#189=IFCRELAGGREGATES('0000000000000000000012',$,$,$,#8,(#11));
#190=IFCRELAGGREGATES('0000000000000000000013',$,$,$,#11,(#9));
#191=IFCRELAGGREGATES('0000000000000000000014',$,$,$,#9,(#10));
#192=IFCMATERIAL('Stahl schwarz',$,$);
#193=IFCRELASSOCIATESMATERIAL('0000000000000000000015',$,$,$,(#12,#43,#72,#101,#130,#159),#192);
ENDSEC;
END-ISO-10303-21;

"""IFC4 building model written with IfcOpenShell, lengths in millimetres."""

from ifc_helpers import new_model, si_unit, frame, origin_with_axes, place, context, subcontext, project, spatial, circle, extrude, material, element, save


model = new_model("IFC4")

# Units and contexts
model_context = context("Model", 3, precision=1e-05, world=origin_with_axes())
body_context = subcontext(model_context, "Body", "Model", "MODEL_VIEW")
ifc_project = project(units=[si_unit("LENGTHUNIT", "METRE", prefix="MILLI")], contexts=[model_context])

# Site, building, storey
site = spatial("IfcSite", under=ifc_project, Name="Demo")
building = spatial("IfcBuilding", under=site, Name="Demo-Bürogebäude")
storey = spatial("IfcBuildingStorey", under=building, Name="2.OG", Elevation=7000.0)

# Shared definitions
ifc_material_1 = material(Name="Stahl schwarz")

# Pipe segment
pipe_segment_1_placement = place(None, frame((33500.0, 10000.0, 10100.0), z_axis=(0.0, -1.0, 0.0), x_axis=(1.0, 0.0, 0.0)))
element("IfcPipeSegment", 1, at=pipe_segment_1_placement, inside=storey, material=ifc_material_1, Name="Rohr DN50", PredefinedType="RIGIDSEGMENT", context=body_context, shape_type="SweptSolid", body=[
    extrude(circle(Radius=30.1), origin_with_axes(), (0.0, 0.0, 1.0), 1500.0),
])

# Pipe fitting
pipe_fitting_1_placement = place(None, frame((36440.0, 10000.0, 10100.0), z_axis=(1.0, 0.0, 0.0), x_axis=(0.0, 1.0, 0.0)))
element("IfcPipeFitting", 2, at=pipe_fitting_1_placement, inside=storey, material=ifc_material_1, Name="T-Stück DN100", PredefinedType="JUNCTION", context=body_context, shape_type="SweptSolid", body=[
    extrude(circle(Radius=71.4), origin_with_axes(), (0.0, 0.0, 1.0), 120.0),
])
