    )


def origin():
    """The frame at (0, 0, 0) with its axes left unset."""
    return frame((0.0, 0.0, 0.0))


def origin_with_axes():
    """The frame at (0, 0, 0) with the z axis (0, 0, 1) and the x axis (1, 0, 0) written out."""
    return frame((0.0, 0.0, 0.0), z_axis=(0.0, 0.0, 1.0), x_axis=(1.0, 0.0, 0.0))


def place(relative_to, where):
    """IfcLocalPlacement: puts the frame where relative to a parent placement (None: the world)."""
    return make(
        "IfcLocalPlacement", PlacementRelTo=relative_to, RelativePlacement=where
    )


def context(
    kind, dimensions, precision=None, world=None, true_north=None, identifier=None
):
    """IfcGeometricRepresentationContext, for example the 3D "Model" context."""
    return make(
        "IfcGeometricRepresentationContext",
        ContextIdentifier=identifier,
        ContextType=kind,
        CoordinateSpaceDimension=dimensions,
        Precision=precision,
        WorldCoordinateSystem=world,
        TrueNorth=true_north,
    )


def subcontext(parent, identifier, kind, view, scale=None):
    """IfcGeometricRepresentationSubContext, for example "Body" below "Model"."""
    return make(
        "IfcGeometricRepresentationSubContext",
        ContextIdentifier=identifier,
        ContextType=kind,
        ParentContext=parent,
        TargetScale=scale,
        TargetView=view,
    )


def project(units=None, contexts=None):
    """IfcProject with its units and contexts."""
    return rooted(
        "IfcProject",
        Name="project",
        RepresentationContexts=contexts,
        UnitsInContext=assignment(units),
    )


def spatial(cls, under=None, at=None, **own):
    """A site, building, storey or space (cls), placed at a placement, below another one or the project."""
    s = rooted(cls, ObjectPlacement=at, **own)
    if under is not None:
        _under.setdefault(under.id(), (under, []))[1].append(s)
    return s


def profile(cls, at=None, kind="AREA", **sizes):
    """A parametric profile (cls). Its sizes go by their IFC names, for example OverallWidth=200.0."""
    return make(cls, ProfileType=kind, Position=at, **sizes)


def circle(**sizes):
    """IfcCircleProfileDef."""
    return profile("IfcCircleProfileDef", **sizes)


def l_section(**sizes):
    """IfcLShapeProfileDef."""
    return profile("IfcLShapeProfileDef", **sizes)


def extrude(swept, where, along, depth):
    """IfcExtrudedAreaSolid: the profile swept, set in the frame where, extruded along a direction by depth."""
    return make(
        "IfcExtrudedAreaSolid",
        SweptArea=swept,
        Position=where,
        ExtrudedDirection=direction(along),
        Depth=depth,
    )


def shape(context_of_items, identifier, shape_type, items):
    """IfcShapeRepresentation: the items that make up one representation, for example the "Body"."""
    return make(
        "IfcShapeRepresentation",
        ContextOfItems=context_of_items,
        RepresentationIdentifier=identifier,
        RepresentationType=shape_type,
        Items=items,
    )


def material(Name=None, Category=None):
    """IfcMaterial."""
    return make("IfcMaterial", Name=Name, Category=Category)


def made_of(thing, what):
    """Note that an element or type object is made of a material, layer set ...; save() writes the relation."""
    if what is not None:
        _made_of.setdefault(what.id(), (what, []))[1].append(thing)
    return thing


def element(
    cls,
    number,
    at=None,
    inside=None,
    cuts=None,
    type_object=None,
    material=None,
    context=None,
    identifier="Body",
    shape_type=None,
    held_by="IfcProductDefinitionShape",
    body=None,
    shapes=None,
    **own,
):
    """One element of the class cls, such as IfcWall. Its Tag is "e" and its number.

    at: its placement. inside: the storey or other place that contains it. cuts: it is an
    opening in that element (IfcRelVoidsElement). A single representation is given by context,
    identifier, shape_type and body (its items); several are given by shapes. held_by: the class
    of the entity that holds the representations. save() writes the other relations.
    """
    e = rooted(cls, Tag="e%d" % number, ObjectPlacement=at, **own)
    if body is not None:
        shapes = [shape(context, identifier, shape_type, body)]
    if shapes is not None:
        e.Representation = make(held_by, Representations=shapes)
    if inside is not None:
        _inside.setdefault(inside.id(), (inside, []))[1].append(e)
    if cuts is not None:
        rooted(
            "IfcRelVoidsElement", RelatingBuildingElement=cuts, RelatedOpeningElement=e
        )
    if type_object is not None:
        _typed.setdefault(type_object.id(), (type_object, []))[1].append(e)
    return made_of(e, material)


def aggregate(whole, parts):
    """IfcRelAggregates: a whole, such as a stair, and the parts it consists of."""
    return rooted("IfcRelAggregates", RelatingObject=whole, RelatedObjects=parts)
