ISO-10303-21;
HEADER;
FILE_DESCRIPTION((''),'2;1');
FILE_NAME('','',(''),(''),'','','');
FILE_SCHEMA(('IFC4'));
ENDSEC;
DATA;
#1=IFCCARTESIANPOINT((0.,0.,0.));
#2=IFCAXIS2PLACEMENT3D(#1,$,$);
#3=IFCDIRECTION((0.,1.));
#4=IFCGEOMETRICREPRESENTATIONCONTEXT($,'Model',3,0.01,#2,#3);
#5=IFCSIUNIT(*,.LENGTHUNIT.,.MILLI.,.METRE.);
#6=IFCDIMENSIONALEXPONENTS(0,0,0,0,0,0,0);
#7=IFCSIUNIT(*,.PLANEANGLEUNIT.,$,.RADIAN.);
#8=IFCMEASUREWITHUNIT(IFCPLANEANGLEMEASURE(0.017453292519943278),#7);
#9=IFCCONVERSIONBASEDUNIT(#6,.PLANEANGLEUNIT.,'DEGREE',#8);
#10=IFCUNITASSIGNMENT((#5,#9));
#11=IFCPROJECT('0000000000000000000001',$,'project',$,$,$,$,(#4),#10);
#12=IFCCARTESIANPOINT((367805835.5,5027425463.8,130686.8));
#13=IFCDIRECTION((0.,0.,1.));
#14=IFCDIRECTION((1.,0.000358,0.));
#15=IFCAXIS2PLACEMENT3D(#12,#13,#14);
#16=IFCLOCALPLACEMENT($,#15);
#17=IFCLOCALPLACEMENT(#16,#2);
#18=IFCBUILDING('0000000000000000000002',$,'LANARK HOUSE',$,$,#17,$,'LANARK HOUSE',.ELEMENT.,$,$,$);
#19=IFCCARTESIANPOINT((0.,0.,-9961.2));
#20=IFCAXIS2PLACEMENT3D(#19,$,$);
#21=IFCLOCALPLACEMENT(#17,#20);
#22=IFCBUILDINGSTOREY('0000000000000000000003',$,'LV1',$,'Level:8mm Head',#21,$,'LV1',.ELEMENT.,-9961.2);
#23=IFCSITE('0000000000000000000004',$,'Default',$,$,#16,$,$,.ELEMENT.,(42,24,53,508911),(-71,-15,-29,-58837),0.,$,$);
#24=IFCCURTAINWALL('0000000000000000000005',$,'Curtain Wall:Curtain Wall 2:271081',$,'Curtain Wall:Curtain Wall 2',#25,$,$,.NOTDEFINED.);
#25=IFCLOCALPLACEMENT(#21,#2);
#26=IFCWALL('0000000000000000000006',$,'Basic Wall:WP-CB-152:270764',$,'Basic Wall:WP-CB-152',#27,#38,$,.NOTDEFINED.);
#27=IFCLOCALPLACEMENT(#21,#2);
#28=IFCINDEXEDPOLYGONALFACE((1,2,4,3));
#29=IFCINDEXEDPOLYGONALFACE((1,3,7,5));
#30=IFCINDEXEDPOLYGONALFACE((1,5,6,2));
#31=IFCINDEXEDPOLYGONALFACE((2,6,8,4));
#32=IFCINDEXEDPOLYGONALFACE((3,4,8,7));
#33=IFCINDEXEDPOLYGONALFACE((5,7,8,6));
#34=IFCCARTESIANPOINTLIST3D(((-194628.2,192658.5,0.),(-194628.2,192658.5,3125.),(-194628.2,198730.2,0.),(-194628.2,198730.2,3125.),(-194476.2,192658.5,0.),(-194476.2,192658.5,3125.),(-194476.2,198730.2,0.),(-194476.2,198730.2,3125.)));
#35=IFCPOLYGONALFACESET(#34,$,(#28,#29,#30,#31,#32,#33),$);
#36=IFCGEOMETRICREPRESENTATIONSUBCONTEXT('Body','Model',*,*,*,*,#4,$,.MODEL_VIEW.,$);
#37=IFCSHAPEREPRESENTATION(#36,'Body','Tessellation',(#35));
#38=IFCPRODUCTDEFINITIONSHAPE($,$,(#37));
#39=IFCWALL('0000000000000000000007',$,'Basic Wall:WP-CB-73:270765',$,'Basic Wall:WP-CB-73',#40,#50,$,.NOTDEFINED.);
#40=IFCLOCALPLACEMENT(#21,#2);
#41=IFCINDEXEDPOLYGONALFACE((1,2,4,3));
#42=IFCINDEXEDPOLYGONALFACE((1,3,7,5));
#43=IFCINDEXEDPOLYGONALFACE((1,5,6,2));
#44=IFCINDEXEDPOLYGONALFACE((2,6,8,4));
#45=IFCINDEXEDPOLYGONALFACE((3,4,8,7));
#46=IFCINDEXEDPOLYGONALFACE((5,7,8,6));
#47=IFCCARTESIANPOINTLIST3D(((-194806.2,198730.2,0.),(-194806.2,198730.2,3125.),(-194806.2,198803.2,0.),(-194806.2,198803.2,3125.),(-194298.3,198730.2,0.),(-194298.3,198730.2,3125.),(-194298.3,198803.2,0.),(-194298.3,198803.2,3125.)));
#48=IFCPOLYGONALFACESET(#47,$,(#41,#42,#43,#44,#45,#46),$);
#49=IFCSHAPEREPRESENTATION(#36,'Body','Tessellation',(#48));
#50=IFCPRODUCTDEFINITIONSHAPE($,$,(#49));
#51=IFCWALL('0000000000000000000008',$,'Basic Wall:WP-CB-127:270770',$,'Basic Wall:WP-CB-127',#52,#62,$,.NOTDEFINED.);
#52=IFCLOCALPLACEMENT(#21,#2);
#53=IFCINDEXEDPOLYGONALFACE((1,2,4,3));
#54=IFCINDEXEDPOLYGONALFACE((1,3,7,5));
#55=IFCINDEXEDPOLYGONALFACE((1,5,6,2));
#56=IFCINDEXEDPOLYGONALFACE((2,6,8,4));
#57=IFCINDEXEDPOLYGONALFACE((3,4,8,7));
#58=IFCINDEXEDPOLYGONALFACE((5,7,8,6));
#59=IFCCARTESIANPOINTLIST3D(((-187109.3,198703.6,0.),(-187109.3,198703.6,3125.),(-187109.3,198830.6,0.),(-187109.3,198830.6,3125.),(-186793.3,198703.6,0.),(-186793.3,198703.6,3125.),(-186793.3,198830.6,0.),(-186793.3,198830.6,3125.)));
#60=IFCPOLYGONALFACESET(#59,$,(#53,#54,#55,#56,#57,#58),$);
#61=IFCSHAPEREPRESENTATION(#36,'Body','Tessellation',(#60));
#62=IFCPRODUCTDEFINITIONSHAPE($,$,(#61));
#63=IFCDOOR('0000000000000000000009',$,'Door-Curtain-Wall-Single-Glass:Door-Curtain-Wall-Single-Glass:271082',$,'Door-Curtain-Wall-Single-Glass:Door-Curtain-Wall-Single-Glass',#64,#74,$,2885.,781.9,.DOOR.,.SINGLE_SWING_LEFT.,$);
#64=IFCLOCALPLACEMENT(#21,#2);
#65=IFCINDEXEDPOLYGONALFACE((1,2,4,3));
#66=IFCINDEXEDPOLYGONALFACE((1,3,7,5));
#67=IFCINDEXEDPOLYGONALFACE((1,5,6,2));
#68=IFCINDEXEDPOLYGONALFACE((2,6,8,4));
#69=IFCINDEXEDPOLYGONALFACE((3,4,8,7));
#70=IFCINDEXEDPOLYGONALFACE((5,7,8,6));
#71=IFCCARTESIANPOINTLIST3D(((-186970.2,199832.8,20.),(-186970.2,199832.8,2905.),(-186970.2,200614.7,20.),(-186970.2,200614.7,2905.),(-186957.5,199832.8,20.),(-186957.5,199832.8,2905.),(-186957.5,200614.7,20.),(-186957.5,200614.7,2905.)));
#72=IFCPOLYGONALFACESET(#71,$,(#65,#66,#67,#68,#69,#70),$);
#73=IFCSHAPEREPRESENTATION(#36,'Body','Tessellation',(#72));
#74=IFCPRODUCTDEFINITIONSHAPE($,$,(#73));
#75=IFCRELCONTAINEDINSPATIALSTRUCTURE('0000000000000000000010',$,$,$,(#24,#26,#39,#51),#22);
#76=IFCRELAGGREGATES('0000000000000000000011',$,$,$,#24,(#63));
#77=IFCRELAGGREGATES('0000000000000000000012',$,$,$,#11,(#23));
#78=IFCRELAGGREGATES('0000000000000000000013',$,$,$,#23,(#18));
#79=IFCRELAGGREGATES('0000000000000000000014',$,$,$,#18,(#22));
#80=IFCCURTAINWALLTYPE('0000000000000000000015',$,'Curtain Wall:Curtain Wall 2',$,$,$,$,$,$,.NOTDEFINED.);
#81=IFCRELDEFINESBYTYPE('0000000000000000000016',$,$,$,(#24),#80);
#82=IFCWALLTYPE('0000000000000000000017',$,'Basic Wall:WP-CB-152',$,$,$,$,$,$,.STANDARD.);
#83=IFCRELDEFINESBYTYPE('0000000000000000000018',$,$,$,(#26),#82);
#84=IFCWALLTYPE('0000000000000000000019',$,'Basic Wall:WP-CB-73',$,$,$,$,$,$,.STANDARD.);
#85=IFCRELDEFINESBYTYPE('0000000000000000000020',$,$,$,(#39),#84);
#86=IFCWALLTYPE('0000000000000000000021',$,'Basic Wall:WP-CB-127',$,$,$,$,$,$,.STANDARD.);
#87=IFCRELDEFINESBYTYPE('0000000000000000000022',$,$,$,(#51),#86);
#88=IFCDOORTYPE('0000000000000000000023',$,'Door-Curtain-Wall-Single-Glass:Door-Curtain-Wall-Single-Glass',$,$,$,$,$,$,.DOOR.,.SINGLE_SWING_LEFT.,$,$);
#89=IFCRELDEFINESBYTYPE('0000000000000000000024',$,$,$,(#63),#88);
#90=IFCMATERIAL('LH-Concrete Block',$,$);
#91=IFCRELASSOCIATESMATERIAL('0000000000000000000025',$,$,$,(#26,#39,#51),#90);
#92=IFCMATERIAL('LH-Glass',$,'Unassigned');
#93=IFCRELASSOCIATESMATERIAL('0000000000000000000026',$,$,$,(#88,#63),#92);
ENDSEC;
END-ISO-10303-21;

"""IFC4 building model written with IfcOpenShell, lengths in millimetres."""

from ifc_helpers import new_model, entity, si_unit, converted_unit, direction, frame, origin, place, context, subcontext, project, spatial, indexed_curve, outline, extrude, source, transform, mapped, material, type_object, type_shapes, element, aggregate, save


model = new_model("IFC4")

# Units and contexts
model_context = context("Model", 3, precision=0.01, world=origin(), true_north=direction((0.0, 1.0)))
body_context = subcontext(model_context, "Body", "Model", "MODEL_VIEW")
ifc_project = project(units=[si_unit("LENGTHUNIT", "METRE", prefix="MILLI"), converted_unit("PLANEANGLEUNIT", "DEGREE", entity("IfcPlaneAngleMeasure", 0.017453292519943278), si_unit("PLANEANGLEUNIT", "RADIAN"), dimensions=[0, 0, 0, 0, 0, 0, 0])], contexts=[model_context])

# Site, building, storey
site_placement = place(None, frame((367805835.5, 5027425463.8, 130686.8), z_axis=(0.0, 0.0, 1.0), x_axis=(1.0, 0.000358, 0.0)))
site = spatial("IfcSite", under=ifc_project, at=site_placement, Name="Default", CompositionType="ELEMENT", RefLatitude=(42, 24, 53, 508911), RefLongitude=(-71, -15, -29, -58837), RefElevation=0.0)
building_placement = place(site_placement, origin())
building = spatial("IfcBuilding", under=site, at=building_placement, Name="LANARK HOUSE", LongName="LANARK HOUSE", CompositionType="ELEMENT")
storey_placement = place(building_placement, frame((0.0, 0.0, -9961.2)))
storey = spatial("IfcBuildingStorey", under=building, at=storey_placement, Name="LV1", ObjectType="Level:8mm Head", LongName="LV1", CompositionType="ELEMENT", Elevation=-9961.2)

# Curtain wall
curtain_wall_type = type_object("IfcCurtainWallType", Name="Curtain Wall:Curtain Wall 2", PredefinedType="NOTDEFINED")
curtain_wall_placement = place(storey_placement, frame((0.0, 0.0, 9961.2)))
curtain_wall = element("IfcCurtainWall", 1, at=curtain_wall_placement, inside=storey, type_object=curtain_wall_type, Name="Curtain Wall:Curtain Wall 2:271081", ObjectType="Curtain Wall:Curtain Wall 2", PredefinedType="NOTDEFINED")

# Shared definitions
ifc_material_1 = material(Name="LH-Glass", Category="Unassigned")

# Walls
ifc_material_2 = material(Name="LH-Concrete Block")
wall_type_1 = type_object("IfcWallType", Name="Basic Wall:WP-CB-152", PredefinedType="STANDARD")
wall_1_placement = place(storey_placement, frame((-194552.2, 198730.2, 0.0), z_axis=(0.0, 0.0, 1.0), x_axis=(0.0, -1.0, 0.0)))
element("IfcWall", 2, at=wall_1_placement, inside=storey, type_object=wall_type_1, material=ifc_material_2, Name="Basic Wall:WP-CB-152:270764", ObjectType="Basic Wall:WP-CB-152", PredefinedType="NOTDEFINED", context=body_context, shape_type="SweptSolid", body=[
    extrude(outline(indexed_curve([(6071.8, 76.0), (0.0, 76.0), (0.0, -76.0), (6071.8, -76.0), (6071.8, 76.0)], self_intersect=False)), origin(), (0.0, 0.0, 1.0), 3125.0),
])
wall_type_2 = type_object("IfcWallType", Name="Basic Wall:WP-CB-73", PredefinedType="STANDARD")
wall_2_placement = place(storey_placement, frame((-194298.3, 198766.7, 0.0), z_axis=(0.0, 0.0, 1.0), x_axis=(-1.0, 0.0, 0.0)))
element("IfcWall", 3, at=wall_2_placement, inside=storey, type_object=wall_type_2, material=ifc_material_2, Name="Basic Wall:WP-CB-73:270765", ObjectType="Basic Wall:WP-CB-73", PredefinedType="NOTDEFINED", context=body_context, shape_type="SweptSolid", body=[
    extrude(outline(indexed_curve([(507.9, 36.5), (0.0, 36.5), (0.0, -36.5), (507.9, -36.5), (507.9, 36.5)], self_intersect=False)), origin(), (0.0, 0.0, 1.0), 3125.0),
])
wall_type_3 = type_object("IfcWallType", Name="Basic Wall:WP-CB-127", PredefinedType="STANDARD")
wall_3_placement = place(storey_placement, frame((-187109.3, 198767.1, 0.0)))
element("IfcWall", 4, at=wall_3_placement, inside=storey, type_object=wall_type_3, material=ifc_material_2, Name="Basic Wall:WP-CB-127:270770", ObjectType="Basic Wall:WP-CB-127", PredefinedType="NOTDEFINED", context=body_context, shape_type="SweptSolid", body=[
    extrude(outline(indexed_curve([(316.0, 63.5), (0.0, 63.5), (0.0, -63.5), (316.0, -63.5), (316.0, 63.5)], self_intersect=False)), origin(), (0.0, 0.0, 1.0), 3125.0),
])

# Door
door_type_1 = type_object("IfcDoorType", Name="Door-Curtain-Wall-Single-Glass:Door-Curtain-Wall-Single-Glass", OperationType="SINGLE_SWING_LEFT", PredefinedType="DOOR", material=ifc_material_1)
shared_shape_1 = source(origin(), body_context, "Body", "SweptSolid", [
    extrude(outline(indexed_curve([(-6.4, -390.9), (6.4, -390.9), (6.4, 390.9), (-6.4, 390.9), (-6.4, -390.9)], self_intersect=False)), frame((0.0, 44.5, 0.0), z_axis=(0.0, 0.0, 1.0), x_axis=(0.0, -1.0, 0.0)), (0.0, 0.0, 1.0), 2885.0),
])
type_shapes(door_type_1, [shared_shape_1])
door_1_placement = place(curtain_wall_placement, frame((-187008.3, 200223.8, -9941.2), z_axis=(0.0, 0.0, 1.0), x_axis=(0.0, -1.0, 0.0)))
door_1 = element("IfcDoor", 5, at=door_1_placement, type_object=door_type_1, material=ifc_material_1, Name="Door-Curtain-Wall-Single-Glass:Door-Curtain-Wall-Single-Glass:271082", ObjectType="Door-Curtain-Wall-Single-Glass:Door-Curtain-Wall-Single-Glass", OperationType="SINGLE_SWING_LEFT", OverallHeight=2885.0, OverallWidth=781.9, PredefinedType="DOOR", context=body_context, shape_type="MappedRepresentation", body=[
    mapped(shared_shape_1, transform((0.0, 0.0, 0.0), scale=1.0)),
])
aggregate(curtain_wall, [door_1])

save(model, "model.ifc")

- - - - -

TASK ITEM :: For every line above with the word "class" in it, make a copy.

WRITTEN SOLUTION ::
    """One element of the class cls, such as IfcWall. Its Tag is "e" and its number.
    identifier, shape_type and body (its items); several are given by shapes. held_by: the class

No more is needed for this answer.